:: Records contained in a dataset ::
---
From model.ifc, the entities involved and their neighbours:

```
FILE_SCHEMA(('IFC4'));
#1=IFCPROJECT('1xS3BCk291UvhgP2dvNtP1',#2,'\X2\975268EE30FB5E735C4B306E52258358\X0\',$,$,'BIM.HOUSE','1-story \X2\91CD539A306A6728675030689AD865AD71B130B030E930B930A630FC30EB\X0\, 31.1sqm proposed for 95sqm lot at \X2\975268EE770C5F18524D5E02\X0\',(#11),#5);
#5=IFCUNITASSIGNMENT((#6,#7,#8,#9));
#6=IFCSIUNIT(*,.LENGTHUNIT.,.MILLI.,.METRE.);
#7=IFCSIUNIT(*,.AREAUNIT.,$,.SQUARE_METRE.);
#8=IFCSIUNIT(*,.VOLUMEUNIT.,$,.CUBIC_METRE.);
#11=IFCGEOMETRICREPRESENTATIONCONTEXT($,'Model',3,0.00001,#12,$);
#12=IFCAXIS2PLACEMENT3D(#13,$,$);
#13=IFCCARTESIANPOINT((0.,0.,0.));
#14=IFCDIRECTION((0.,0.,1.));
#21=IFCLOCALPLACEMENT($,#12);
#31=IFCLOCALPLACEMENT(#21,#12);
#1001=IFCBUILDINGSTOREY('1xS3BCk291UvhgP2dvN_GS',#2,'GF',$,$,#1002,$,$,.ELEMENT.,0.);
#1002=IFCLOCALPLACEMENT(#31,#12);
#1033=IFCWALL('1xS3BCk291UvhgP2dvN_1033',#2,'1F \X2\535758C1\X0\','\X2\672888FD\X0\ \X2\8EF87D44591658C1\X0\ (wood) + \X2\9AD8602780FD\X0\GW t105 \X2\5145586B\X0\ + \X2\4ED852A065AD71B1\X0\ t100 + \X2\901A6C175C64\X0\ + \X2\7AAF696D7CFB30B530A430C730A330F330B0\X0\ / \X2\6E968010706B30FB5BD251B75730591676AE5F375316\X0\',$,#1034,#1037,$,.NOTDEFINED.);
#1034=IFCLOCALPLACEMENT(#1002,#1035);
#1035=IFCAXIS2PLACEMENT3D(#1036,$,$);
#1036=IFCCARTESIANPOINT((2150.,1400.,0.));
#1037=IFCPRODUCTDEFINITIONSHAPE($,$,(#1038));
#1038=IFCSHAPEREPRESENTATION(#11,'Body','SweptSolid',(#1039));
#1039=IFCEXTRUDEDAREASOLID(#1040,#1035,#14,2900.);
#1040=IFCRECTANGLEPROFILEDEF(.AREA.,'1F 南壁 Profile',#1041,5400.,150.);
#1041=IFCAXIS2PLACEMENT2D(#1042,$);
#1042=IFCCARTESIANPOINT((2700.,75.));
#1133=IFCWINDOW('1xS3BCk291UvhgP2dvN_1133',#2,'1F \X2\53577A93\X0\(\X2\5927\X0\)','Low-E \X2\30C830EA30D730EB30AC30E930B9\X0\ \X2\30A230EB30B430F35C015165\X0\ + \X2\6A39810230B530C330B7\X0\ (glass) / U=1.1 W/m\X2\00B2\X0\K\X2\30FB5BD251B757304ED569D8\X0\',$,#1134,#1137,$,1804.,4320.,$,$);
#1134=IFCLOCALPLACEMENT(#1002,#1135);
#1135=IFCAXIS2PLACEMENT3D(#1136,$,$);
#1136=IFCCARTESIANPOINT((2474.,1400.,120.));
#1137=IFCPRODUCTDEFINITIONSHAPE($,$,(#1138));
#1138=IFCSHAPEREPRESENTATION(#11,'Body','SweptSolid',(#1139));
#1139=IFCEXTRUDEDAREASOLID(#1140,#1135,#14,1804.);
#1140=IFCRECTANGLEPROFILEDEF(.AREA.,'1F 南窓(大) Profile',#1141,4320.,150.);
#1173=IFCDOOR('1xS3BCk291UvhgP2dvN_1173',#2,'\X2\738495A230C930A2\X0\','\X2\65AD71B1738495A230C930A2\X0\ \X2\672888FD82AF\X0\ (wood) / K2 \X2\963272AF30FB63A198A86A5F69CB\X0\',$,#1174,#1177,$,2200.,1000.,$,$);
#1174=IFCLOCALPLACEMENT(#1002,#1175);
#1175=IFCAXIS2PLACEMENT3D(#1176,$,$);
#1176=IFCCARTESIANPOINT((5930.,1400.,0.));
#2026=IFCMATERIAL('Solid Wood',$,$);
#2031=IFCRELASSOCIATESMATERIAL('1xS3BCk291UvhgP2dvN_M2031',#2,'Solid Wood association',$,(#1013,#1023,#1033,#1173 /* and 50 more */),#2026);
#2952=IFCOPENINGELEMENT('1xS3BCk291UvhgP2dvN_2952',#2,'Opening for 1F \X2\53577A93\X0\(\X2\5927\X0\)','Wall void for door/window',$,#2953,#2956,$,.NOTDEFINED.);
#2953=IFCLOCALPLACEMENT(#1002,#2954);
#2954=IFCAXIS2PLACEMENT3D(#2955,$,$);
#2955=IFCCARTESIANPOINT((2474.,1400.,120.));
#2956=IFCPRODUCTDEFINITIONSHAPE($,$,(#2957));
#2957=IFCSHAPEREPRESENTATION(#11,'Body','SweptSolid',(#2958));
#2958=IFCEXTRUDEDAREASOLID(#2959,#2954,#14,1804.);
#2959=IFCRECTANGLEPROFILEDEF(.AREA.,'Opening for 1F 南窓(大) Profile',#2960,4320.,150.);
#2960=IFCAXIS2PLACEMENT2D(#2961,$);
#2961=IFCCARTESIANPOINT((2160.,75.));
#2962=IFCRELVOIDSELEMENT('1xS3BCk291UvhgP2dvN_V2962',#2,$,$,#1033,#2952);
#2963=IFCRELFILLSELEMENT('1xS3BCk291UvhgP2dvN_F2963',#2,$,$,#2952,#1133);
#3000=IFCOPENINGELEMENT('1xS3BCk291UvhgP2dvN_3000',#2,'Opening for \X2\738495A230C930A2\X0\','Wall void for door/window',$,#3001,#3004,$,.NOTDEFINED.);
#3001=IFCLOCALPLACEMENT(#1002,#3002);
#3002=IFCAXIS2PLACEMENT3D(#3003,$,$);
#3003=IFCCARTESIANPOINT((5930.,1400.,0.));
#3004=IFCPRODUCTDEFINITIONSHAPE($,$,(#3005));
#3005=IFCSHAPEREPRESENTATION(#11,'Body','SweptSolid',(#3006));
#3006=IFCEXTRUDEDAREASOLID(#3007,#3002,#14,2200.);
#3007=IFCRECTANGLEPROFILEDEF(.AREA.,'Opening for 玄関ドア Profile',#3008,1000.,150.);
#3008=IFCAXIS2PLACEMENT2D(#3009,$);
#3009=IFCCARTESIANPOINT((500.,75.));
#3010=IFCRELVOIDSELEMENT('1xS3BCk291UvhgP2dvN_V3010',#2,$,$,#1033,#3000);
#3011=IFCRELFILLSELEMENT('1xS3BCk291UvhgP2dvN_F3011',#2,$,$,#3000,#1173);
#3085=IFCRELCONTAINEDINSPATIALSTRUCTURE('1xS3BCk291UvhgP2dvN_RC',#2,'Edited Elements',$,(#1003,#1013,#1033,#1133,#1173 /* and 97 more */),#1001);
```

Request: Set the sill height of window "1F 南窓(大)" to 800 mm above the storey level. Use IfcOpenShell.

```python
import numpy as np
import ifcopenshell
import ifcopenshell.api.geometry
import ifcopenshell.geom
import ifcopenshell.util.element
import ifcopenshell.util.placement
import ifcopenshell.util.shape
import ifcopenshell.util.unit

model = ifcopenshell.open("model.ifc")
unit_scale = ifcopenshell.util.unit.calculate_unit_scale(model)

window = model.by_guid("1xS3BCk291UvhgP2dvN_1133")
opening = window.FillsVoids[0].RelatingOpeningElement
storey = ifcopenshell.util.element.get_container(window, ifc_class="IfcBuildingStorey")
level = ifcopenshell.util.placement.get_local_placement(storey.ObjectPlacement)[2, 3]

# The opening's origin need not be at the sill, so measure its lowest point.
shape = ifcopenshell.geom.create_shape(ifcopenshell.geom.settings(), opening)
bottom = ifcopenshell.util.shape.get_shape_bottom_elevation(shape, shape.geometry) / unit_scale
dz = level + 0.8 / unit_scale - bottom

shift = np.array([0.0, 0.0, dz])
# The window is not placed relative to its opening, so move both.
for product in (opening, window):
    matrix = ifcopenshell.util.placement.get_local_placement(product.ObjectPlacement)
    matrix[:3, 3] += shift
    ifcopenshell.api.geometry.edit_object_placement(model, product=product, matrix=matrix, is_si=False)

print(f"moved by {dz * unit_scale:+.3f} m")

model.write("model_v2.ifc")
```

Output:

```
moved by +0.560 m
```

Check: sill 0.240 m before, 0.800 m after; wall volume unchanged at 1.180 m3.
---
:: Exercise ::
Among the lines above, list those that contain the word "IFCPRODUCTDEFINITIONSHAPE".

:: Solution to the problem ::
#1037=IFCPRODUCTDEFINITIONSHAPE($,$,(#1038));
#1137=IFCPRODUCTDEFINITIONSHAPE($,$,(#1138));
#2956=IFCPRODUCTDEFINITIONSHAPE($,$,(#2957));
#3004=IFCPRODUCTDEFINITIONSHAPE($,$,(#3005));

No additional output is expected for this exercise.